Konya, Ankara ve Aksaray sınırları içinde yer alan ve kapalı göl olma özelliği taşıyan Tuz Gölü, başta flamingolar olmak üzere yüzlerce kuşa ev sahipliği yapıyor.
Türkiye’nin tuz ihtiyacının da yarıdan fazlasını karşılayan göl, turizm açısında da önemli yerli tutuyor.
1600 kilometrekare yözölçüme sahip göl, Şereflikoçhisar'dan gelen Peçen Çayı ile Aksaray'dan gelen Melendiz Çayı ve çevresindeki diğer derelerden besleniyor.
İklim değişikliği ve bölgedeki bilinçsiz tarımsal sulama nedeniyle Tuz Gölü her geçen gün kuruyup, küçülüyor.
Tuz Gölü ile ilgili TÜBİTAK desteğiyle araştırmalar yapan Prof. Dr. Muazzez Çelik Karakaya, havzada 1700 metreye kadar inen sondajlar gerçekleştirip karşılaştırmalar yaptıklarını söyledi.
Gölün daha önce Karapınar ve Ereğli'ye kadar uzandığını belirten Prof. Dr. Karakaya, 'Jeolojik dönemde 5 ile 8 milyon yıl önce, Akdeniz’in bölgeye ilerlemesi ve bu ilerleyen deniz suyunun daha sonraki yükselmelerle hapsolması ve buharlaşma sonrasındaki deniz suyunun, bu tuz yataklarını ve devamında da soda yataklarını oluşturduğunu tespit ettik. Bu sonuçlarımız dört uluslararası dergide yayınlandı'' dedi.

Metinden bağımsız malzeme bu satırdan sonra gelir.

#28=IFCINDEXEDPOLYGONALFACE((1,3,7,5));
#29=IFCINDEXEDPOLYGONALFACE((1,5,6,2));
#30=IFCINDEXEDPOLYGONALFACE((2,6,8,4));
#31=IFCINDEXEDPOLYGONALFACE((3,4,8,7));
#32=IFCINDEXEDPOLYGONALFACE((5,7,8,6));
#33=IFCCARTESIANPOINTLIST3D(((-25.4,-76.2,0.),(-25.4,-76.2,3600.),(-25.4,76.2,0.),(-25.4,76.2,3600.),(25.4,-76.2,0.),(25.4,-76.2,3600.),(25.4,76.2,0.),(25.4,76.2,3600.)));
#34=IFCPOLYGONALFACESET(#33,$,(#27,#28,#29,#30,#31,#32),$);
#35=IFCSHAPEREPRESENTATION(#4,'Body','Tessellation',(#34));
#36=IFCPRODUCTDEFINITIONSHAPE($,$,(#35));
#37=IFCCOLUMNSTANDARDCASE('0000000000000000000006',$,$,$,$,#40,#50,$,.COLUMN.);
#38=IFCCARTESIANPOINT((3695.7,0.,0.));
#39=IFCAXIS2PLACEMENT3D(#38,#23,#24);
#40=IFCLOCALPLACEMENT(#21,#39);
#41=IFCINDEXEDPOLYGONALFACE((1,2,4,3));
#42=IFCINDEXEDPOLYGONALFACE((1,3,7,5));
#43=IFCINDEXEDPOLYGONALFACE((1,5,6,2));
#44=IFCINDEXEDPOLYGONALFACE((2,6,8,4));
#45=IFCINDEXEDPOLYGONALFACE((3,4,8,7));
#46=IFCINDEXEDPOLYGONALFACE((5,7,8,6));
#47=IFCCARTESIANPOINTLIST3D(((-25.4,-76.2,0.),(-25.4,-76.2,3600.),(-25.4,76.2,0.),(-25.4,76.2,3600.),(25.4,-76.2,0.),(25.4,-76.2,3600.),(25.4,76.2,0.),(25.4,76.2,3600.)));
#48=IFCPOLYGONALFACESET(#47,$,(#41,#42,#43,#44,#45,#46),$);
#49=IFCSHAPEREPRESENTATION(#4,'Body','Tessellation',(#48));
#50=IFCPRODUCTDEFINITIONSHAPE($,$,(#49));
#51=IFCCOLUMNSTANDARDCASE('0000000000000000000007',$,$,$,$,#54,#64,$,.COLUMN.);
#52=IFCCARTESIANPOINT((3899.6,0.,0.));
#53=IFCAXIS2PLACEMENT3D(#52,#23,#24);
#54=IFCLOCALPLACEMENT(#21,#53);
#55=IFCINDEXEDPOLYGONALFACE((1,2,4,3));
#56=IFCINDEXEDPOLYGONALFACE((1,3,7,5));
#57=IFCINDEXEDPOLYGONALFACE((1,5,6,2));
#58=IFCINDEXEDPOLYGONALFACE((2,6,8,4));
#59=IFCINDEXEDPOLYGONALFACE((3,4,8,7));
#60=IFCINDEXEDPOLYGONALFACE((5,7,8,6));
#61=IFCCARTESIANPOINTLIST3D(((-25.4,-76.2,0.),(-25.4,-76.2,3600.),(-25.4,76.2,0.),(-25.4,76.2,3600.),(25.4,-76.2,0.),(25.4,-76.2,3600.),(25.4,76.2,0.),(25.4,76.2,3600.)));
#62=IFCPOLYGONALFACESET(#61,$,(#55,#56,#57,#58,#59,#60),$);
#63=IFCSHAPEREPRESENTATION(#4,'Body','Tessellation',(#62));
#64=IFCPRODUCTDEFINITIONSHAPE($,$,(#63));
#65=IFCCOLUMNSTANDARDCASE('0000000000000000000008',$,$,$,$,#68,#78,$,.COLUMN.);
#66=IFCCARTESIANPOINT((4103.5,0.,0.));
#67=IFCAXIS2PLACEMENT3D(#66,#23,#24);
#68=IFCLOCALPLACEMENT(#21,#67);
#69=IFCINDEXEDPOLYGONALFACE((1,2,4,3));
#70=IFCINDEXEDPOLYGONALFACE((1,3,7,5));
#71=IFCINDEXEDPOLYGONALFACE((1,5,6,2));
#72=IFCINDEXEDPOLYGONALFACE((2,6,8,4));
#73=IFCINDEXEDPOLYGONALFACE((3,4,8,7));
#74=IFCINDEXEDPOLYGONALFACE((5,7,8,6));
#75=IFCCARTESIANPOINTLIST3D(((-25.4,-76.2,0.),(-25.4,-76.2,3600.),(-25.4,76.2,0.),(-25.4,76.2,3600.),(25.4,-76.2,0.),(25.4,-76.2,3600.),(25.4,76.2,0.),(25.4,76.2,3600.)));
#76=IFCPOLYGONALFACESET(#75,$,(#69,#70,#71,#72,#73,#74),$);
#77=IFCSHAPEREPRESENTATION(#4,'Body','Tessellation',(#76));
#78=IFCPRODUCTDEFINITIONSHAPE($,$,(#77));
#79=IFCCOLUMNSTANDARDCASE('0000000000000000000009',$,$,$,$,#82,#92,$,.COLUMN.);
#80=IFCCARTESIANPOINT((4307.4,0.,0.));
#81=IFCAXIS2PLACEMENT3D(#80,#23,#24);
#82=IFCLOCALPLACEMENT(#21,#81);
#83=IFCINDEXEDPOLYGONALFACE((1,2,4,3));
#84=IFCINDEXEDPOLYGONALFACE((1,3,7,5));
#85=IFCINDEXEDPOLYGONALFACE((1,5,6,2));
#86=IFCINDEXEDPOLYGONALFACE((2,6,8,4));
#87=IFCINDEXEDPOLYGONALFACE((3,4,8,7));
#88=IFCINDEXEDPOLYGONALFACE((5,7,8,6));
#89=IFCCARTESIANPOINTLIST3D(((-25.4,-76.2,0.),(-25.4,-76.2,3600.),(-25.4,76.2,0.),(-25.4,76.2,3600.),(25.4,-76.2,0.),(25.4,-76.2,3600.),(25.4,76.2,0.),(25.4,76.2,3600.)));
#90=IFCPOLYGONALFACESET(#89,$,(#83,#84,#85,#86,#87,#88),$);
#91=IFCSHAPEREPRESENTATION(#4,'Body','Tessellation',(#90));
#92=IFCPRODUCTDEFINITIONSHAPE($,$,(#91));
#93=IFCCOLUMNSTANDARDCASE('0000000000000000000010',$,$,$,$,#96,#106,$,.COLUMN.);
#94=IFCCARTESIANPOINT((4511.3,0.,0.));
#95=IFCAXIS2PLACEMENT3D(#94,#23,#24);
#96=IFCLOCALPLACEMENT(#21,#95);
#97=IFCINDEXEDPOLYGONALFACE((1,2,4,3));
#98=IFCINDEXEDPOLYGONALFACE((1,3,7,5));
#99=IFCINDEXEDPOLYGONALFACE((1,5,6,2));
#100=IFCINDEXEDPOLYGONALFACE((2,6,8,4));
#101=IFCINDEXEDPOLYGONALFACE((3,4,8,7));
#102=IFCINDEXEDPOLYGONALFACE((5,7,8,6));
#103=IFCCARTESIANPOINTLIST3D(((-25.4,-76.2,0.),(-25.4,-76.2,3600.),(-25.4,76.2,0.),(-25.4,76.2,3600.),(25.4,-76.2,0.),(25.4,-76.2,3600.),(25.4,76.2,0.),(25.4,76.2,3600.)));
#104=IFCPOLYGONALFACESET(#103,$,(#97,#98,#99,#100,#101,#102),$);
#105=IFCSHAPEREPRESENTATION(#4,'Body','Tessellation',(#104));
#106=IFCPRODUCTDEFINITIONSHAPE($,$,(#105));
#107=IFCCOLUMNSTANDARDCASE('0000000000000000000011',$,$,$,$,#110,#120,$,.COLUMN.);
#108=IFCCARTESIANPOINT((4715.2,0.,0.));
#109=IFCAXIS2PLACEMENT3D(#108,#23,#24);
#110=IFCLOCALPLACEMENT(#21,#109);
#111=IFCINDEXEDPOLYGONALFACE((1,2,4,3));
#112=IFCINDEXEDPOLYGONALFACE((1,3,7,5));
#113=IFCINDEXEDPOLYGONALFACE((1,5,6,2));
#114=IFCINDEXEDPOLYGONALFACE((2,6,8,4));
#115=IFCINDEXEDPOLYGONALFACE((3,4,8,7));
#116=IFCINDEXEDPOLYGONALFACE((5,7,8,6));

Prof. Dr. Karakaya, göldeki tuzun başta gıda, kimya sanayi ve tarım olmak üzere 30 alanda kullanıldığını kaydetti. Gölün her geçen gün küçüldüğüne dikkat çeken Prof. Dr. Karakaya, 1930’dan beri yaklaşık yüzde 30’luk bir küçülme yaşandığını ifade etti.
Prof. Dr. Karakaya, göldeki tuzun başta gıda, kimya sanayi ve tarım olmak üzere 30 alanda kullanıldığını kaydetti. Gölün her geçen gün küçüldüğüne dikkat çeken Prof. Dr. Karakaya, 1930’dan beri yaklaşık yüzde 30’luk bir küçülme yaşandığını ifade etti.
Prof. Dr. Karakaya, ''1930’lu yıllardan bu yana Tuz Gölü’nde ciddi bir küçülme var. Küresel ısınmaya bağlı su azaldığı için tuz çökelimi de azalacaktır. Bu durum tuz yataklarından işletme yapan firmaları ekonomi yönden kötü etkileyecek. Kültürel olarak da olumsuz sonuçlara yol açacak. Çünkü bölgede yüzden fazla kuş barınmaktadır" diye konuştu.
Sorunun yalnızca bununla sınırlı olmadığını belirten Karakaya, "Suyun azalmasıyla tuz çökelmesi oluşmazsa, gölün yüzeyinde killi bir sedim alan oluşacak. Bu da çok fazla toz taşınması demek ve bu durum birçok solunum hastalığına yol açabilir'' dedi.
Küresel ısınmanın etkisinin giderek büyüdüğünü ifade eden Prof. Dr. Karakaya, ''Eğer önlem alınmazsa 20-30 yıla kadar Tuz Gölü’nü aşama aşama kaybedebiliriz. Tuz Gölü’nde yapılan jeofizik araştırmalarında, gölün altında çok büyük mağaralar ve negatif anomaliler var. Dolayısıyla yüzeyden havzaya su bastığımızda bu suyun bir kısmını kayıp da edebiliriz. Peki, Tuz Gölü’nü nasıl kurtaracağız? Göle bağlı küçük derelerdeki suyu tarımsal alanda daha az kullanarak göle su taşınabilir” dedi.
Tuz Gölü havzasının 2000 yılında koruma altına alındığını da hatırlatan Prof. Dr. Karakaya, gölün kuruyan bölümlerinde iyileştirme yapıldığı takdirde tarıma elverişli hale gelebileceğini kaydetti.